If abstraction can distill the essence of an otherwise quotidian occurrence, it can also achieve a seemingly contradictory end—simply obfuscating the obvious, rendering any meaning arbitrary. “Reduced Visibility,” curated by Kurt Mueller, carries on this tradition of duplicity. The exhibition comprises five artists working in the more politically entrenched region of abstraction. Its success depends on the viewer’s interest in and, at times, tolerance for didacticism.
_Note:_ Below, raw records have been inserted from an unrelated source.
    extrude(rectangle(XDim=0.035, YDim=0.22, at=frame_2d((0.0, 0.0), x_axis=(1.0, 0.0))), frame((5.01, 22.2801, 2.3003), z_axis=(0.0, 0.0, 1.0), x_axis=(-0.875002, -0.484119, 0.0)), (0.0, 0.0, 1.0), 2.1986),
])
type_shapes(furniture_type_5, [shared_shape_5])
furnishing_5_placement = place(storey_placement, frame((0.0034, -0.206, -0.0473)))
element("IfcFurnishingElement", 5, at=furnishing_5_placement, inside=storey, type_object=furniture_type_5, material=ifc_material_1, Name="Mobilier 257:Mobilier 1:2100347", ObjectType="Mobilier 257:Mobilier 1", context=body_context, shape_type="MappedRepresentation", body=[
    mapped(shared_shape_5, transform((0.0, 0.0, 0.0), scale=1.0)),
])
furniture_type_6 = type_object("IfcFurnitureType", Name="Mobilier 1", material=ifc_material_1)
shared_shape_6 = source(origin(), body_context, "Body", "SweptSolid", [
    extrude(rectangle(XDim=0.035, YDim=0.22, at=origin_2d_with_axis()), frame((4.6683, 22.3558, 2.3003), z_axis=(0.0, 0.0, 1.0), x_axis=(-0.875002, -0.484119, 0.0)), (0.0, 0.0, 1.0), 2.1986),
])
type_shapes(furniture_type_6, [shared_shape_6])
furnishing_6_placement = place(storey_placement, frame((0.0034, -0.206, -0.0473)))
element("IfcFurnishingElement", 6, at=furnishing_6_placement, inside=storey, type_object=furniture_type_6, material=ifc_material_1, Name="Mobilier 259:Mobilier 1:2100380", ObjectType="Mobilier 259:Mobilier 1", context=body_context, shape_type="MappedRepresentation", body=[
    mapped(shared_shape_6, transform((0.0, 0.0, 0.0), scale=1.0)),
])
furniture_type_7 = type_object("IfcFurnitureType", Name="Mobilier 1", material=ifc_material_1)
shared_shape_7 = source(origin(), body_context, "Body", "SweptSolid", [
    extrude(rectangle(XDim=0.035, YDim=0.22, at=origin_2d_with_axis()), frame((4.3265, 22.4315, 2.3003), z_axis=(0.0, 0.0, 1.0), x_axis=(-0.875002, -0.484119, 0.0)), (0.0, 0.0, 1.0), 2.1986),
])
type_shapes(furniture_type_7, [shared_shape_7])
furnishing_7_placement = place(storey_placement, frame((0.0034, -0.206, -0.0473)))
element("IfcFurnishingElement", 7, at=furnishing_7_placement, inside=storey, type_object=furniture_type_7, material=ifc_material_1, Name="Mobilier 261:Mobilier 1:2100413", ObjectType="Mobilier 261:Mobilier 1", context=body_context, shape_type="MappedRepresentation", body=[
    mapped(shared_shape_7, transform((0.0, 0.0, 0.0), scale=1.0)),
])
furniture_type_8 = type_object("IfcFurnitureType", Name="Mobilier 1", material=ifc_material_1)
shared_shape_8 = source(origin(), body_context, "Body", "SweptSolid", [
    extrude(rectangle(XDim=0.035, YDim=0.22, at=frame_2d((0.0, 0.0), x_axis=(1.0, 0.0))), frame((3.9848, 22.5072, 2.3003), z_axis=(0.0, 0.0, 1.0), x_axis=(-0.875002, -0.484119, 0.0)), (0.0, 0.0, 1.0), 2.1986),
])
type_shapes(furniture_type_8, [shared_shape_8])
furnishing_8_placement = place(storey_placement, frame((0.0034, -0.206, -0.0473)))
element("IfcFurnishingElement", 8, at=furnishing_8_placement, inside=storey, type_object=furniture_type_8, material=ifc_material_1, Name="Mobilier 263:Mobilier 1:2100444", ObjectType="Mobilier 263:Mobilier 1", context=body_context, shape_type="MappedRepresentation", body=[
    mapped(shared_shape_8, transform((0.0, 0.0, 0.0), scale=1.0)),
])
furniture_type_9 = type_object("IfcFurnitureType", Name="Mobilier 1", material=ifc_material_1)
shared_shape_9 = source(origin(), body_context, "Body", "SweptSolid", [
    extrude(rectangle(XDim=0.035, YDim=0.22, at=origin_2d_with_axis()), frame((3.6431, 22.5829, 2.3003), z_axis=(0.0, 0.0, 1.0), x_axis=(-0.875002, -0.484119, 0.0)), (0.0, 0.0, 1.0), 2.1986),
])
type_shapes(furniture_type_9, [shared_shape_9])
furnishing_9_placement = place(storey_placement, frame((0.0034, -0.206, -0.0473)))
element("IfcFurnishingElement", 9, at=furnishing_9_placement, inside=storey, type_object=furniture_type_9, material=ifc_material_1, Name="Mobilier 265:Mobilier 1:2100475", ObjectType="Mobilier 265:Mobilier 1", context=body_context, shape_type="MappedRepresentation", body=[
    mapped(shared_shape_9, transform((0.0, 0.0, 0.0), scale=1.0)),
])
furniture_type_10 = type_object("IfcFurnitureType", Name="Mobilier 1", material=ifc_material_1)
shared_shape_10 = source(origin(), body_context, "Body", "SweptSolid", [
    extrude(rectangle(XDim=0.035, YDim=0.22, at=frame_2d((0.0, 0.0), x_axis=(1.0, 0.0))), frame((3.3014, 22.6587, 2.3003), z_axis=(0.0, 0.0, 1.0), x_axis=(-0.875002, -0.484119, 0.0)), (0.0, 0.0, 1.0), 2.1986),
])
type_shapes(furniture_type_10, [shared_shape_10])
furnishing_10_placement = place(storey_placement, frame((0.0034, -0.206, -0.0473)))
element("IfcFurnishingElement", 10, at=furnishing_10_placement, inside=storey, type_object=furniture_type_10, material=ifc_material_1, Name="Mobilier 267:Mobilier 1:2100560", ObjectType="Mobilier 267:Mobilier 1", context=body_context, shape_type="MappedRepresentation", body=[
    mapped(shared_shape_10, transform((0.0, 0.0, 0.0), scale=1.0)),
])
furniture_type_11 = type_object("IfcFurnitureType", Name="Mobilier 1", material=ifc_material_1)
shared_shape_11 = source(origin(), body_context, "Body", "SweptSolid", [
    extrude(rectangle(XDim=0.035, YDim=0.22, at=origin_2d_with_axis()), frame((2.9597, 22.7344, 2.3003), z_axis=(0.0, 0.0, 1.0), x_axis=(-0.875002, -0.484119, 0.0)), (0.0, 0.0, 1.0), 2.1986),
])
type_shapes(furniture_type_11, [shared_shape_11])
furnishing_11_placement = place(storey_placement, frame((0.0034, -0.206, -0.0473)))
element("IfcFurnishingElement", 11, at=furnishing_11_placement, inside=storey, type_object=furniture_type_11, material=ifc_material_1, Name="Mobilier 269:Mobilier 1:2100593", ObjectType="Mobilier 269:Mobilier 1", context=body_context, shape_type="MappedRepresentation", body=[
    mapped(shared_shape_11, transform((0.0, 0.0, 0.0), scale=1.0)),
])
Mueller does well in choosing artists who gravitate toward the sublime. Trevor Paglen’s blurred vistas, which capture a purported secret military testing site off the coast of southern California, formally reference Rothko’s color fields. The sci-fi-seeming content of the large-scale photographs enriches the ambient mood created by the works’ atmospheric soft focus. Lisa Oppenheim’s “Multicultural Crayon Displacements” series, 2008, similarly embraces a modernist aesthetic: Drawing from Crayola’s recently launched color palette—expanded to include non-Eurocentric skin tones—Oppenheim creates photograms of rectilinear compositions. The results are as sumptuous as her concept is hackneyed. Rico Gatson also deals with racial overtones in his video installation, History Lessons, 2004. This frantic montage of culturally loaded source material, like scenes from The Birth of a Nation and imagery of the 1965 Watts riots, pulsates to a syncopated beat on two screens separated by a black divider. The result is engaging, but at times it is unclear how the commentary extends past a trendy music-video montage. The quietest voice in the show packs the most punch. Mark Lombardi’s drawings of corporate malfeasance are direct and elegant, composed of simple arching lines and circles that trace various money trails. They are disturbing without relying on irrelevant aesthetic decisions to enhance dialogue. The works are abstractions, to be sure, but illustrative enough of the myriad scandalous financial ways of our times to insinuate a cabal of paranoia without coming off as heavy-handed.